> DATA TO PROCESS:
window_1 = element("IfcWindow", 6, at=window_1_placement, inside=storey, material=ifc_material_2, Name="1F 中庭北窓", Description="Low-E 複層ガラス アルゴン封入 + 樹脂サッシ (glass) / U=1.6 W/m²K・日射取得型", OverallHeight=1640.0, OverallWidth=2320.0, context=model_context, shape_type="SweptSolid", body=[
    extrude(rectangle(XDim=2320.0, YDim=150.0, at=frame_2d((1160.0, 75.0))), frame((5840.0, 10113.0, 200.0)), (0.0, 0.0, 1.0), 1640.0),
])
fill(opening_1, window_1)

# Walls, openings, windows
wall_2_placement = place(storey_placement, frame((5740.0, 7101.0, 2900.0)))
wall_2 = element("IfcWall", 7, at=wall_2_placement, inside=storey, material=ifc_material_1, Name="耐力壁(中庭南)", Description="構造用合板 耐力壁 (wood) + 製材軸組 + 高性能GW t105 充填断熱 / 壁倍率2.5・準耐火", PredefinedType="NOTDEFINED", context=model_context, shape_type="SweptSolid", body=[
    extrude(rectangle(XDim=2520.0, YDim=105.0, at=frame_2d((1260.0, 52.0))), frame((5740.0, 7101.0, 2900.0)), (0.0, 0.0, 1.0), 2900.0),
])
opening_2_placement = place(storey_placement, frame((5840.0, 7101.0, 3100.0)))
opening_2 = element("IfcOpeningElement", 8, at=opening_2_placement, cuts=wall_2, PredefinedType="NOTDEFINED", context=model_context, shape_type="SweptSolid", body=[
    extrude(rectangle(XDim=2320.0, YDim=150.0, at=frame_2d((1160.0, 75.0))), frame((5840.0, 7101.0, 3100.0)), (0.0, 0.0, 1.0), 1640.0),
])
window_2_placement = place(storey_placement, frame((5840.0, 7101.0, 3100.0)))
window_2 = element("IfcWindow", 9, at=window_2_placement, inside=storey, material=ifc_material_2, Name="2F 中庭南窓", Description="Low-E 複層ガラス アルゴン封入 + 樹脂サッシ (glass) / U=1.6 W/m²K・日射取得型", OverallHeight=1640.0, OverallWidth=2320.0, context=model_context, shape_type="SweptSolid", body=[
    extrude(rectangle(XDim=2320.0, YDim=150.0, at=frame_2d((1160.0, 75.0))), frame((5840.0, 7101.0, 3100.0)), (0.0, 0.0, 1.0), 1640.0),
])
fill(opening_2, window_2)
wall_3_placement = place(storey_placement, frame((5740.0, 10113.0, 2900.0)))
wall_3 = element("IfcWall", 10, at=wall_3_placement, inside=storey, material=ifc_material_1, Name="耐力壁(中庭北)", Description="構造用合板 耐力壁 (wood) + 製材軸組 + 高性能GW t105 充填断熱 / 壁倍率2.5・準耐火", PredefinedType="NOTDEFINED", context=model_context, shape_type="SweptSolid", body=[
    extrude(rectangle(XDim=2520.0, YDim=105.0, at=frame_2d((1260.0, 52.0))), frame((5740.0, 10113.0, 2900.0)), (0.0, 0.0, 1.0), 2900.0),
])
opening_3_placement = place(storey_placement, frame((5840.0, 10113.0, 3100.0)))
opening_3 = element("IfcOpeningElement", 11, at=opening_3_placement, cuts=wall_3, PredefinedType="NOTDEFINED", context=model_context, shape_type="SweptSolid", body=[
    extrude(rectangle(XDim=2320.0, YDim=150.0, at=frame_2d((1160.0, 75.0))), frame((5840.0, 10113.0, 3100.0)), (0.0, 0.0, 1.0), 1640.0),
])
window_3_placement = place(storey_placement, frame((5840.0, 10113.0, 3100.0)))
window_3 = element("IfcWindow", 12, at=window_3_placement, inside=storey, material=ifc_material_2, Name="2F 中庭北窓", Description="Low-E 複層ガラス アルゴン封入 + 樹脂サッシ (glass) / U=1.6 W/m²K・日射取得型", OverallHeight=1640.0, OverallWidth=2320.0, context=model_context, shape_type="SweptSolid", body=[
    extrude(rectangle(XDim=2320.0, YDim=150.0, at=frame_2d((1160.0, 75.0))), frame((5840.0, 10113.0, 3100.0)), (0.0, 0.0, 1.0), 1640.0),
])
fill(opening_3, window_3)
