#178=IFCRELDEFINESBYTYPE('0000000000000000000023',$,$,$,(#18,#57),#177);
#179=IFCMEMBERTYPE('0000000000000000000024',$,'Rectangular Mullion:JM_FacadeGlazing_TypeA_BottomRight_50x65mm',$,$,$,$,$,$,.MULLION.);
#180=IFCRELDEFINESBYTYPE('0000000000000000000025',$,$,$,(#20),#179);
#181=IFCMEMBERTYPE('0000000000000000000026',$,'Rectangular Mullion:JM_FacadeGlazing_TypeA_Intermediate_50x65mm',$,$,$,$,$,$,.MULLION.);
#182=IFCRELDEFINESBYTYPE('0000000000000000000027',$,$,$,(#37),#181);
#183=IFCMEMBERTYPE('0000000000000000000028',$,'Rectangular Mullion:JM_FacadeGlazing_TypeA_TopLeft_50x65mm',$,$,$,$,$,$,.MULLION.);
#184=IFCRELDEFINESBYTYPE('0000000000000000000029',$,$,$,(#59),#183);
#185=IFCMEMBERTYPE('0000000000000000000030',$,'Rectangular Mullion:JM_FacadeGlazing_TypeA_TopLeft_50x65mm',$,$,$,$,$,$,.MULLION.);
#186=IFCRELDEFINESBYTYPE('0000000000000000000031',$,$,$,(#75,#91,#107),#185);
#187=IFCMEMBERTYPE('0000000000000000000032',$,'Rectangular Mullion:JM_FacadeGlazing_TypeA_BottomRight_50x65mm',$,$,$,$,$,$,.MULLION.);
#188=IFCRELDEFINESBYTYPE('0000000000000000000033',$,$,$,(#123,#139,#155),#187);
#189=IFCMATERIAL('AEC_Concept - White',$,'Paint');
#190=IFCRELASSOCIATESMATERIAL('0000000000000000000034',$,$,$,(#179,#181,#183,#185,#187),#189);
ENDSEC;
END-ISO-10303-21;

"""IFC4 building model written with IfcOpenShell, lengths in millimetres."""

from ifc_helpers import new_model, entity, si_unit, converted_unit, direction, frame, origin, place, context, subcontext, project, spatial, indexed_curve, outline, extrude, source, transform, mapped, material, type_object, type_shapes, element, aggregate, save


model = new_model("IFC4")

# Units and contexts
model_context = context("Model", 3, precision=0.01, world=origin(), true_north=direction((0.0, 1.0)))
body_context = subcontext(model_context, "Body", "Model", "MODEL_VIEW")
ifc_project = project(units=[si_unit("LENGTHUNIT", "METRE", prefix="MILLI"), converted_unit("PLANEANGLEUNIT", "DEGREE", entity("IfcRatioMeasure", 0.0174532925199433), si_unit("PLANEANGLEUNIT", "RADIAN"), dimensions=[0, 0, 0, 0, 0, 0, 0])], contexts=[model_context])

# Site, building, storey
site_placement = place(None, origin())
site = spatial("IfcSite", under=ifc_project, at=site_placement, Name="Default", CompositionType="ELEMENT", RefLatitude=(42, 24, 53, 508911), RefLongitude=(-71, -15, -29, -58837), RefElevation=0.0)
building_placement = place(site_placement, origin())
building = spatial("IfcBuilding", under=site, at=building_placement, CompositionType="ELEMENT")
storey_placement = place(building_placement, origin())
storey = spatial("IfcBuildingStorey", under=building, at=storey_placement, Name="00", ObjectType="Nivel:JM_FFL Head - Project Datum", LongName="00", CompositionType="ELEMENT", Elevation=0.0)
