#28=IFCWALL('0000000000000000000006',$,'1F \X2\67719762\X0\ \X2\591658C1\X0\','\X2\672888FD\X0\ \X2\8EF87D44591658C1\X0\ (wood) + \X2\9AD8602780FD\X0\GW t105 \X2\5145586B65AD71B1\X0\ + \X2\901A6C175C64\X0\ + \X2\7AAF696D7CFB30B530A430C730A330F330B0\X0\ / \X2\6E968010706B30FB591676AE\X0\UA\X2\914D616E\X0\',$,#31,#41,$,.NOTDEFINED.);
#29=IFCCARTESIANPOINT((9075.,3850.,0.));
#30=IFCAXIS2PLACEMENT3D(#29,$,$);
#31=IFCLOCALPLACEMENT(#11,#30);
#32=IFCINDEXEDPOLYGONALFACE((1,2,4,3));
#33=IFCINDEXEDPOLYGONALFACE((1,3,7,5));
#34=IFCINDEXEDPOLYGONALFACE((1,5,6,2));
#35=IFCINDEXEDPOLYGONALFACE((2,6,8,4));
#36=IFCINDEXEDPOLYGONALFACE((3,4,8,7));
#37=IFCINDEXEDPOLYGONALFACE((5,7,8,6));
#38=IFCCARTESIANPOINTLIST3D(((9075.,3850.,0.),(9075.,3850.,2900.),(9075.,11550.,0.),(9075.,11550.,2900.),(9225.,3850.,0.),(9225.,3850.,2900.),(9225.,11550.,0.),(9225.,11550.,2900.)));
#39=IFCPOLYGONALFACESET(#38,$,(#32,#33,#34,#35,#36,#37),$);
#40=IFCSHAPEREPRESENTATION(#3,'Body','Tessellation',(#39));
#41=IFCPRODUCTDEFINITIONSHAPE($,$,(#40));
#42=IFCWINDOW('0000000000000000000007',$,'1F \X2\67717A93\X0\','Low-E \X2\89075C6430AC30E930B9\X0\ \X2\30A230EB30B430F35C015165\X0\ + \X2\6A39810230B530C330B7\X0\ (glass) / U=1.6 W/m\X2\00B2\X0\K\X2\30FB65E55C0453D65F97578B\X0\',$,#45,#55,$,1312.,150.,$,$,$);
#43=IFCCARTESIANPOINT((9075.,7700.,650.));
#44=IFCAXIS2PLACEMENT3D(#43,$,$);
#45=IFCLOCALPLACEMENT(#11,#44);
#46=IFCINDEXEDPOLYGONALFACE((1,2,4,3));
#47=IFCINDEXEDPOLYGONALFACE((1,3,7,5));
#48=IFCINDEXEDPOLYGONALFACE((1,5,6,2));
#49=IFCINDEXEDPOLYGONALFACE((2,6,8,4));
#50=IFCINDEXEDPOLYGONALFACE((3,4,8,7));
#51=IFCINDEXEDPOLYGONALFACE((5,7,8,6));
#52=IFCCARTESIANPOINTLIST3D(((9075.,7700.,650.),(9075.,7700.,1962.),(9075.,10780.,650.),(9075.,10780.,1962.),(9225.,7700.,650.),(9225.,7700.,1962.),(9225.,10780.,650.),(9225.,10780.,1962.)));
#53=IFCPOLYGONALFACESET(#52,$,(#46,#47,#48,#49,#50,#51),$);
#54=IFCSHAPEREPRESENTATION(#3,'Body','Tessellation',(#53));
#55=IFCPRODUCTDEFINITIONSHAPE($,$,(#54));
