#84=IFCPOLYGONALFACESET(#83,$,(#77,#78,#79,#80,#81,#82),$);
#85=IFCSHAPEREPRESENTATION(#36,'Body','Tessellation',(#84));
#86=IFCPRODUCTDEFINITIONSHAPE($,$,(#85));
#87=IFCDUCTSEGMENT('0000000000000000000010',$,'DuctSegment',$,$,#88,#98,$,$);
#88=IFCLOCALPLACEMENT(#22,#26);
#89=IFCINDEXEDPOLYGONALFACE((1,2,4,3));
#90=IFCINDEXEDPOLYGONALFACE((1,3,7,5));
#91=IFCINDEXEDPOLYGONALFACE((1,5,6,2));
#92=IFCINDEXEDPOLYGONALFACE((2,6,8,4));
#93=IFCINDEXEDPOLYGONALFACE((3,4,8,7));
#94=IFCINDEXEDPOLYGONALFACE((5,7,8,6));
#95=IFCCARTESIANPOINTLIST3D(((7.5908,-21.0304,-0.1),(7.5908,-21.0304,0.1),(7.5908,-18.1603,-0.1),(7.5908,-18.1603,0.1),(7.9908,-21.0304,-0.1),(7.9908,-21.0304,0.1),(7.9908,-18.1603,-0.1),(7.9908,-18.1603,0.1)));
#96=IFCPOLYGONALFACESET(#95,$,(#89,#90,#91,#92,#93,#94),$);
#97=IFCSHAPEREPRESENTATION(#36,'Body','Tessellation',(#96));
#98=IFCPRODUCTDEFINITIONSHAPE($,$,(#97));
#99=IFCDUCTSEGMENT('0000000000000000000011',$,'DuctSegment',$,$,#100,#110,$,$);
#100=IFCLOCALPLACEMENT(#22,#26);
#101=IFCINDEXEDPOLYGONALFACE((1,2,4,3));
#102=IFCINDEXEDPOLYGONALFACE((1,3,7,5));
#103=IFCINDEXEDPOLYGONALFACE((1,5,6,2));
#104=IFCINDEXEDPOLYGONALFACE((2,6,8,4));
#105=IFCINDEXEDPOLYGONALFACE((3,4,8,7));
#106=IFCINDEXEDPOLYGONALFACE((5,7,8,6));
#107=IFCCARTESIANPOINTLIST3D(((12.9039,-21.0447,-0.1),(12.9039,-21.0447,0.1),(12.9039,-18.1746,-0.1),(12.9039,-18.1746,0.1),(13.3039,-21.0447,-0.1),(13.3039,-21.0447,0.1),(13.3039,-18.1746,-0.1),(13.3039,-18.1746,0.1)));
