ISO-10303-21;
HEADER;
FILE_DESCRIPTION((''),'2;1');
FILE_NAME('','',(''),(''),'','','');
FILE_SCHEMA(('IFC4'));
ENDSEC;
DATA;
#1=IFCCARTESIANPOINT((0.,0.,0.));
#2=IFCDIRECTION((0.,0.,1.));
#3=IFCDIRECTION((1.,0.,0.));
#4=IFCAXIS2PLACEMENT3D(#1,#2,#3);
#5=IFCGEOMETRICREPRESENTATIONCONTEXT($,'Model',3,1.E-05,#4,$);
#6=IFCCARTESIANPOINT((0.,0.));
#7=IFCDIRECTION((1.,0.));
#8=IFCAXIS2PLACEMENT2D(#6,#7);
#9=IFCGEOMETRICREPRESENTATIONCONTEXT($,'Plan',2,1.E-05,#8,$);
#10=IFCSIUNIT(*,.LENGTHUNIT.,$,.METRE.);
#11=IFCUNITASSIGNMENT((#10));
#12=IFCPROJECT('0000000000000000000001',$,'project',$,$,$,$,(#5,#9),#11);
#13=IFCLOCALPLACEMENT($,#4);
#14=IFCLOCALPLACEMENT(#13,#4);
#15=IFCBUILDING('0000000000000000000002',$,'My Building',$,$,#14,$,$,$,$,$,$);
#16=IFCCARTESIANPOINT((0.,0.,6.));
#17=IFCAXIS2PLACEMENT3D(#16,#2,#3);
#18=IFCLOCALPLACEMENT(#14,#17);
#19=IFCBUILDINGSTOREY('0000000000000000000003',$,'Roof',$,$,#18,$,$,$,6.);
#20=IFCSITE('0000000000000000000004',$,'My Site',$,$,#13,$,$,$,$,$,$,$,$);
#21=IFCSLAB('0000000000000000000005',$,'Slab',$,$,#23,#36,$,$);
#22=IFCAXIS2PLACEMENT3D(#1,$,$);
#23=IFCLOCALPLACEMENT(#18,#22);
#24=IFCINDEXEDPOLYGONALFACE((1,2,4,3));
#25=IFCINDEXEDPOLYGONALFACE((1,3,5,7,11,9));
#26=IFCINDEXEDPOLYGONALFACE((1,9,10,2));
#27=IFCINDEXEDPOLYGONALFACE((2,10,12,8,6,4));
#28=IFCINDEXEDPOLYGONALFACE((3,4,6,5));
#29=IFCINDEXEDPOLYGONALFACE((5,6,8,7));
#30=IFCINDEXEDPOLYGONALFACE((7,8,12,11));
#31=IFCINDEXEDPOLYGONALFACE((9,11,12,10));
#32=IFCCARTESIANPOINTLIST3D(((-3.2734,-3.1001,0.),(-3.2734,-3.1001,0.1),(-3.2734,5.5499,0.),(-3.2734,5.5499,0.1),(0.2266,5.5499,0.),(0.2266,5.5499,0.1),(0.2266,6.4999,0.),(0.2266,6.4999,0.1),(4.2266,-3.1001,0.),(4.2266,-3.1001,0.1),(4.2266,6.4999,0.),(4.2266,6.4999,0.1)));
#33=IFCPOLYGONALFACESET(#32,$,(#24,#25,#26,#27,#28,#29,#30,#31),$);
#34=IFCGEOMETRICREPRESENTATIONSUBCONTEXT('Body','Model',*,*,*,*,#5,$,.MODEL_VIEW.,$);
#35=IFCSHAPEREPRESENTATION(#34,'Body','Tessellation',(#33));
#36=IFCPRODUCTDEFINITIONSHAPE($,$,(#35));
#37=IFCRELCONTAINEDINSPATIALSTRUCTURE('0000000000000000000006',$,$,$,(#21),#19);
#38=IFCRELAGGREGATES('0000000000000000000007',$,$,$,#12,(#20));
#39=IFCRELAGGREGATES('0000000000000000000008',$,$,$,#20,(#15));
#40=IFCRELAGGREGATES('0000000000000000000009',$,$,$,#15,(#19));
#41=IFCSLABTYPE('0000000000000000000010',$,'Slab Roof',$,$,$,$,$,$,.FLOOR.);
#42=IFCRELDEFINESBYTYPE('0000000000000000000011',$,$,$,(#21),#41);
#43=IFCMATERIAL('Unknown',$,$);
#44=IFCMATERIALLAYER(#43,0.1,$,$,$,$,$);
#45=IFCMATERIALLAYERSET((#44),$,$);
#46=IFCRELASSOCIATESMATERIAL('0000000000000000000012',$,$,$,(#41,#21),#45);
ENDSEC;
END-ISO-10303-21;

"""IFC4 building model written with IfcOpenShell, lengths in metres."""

from ifc_helpers import new_model, si_unit, frame, origin_with_axes, origin_2d_with_axis, place, context, subcontext, project, spatial, polyline, outline, extrude, material, layer, layer_set, layer_usage, type_object, element, save


model = new_model("IFC4")

# Units and contexts
model_context = context("Model", 3, precision=1e-05, world=origin_with_axes())
plan_context = context("Plan", 2, precision=1e-05, world=origin_2d_with_axis())
body_context = subcontext(model_context, "Body", "Model", "MODEL_VIEW")
ifc_project = project(units=[si_unit("LENGTHUNIT", "METRE")], contexts=[model_context, plan_context])

# Site, building, storey
site_placement = place(None, origin_with_axes())
site = spatial("IfcSite", under=ifc_project, at=site_placement, Name="My Site")
building_placement = place(site_placement, origin_with_axes())
building = spatial("IfcBuilding", under=site, at=building_placement, Name="My Building")
storey_placement = place(building_placement, frame((0.0, 0.0, 6.0), z_axis=(0.0, 0.0, 1.0), x_axis=(1.0, 0.0, 0.0)))
storey = spatial("IfcBuildingStorey", under=building, at=storey_placement, Name="Roof", Elevation=6.0)

# Slab
ifc_material = material(Name="Unknown")
ifc_layer = layer(ifc_material, 0.1)
ifc_layer_set = layer_set([ifc_layer])
ifc_layer_usage = layer_usage(ifc_layer_set, "AXIS3", "POSITIVE", -0.1)
slab_type = type_object("IfcSlabType", Name="Slab Roof", PredefinedType="FLOOR", material=ifc_layer_set)
slab_placement = place(storey_placement, frame((0.0, 0.0, 0.1), z_axis=(0.0, 0.0, 1.0), x_axis=(1.0, 0.0, 0.0)))
element("IfcSlab", 1, at=slab_placement, inside=storey, type_object=slab_type, material=ifc_layer_usage, Name="Slab", context=body_context, shape_type="SweptSolid", body=[
    extrude(outline(polyline([(4.2266, -3.1001), (-3.2734, -3.1001), (-3.2734, 5.5499), (0.2266, 5.5499), (0.2266, 6.4999), (4.2266, 6.4999), (4.2266, -3.1001)])), frame((0.0, 0.0, -0.1), z_axis=(0.0, 0.0, 1.0), x_axis=(1.0, 0.0, 0.0)), (0.0, 0.0, 1.0), 0.1),
])

save(model, "model.ifc")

> TASK GOAL: Going down the listing above, begin printing at the line with "#36=IFCPRODUCTDEFINITIONSHAPE($,$,(#35));" and finish with the line with "#39=IFCRELAGGREGATES('0000000000000000000008',$,$,$,#20,(#15));", exactly as they appear.

> FINISHED EXERCISE:
#36=IFCPRODUCTDEFINITIONSHAPE($,$,(#35));
#37=IFCRELCONTAINEDINSPATIALSTRUCTURE('0000000000000000000006',$,$,$,(#21),#19);
#38=IFCRELAGGREGATES('0000000000000000000007',$,$,$,#12,(#20));
#39=IFCRELAGGREGATES('0000000000000000000008',$,$,$,#20,(#15));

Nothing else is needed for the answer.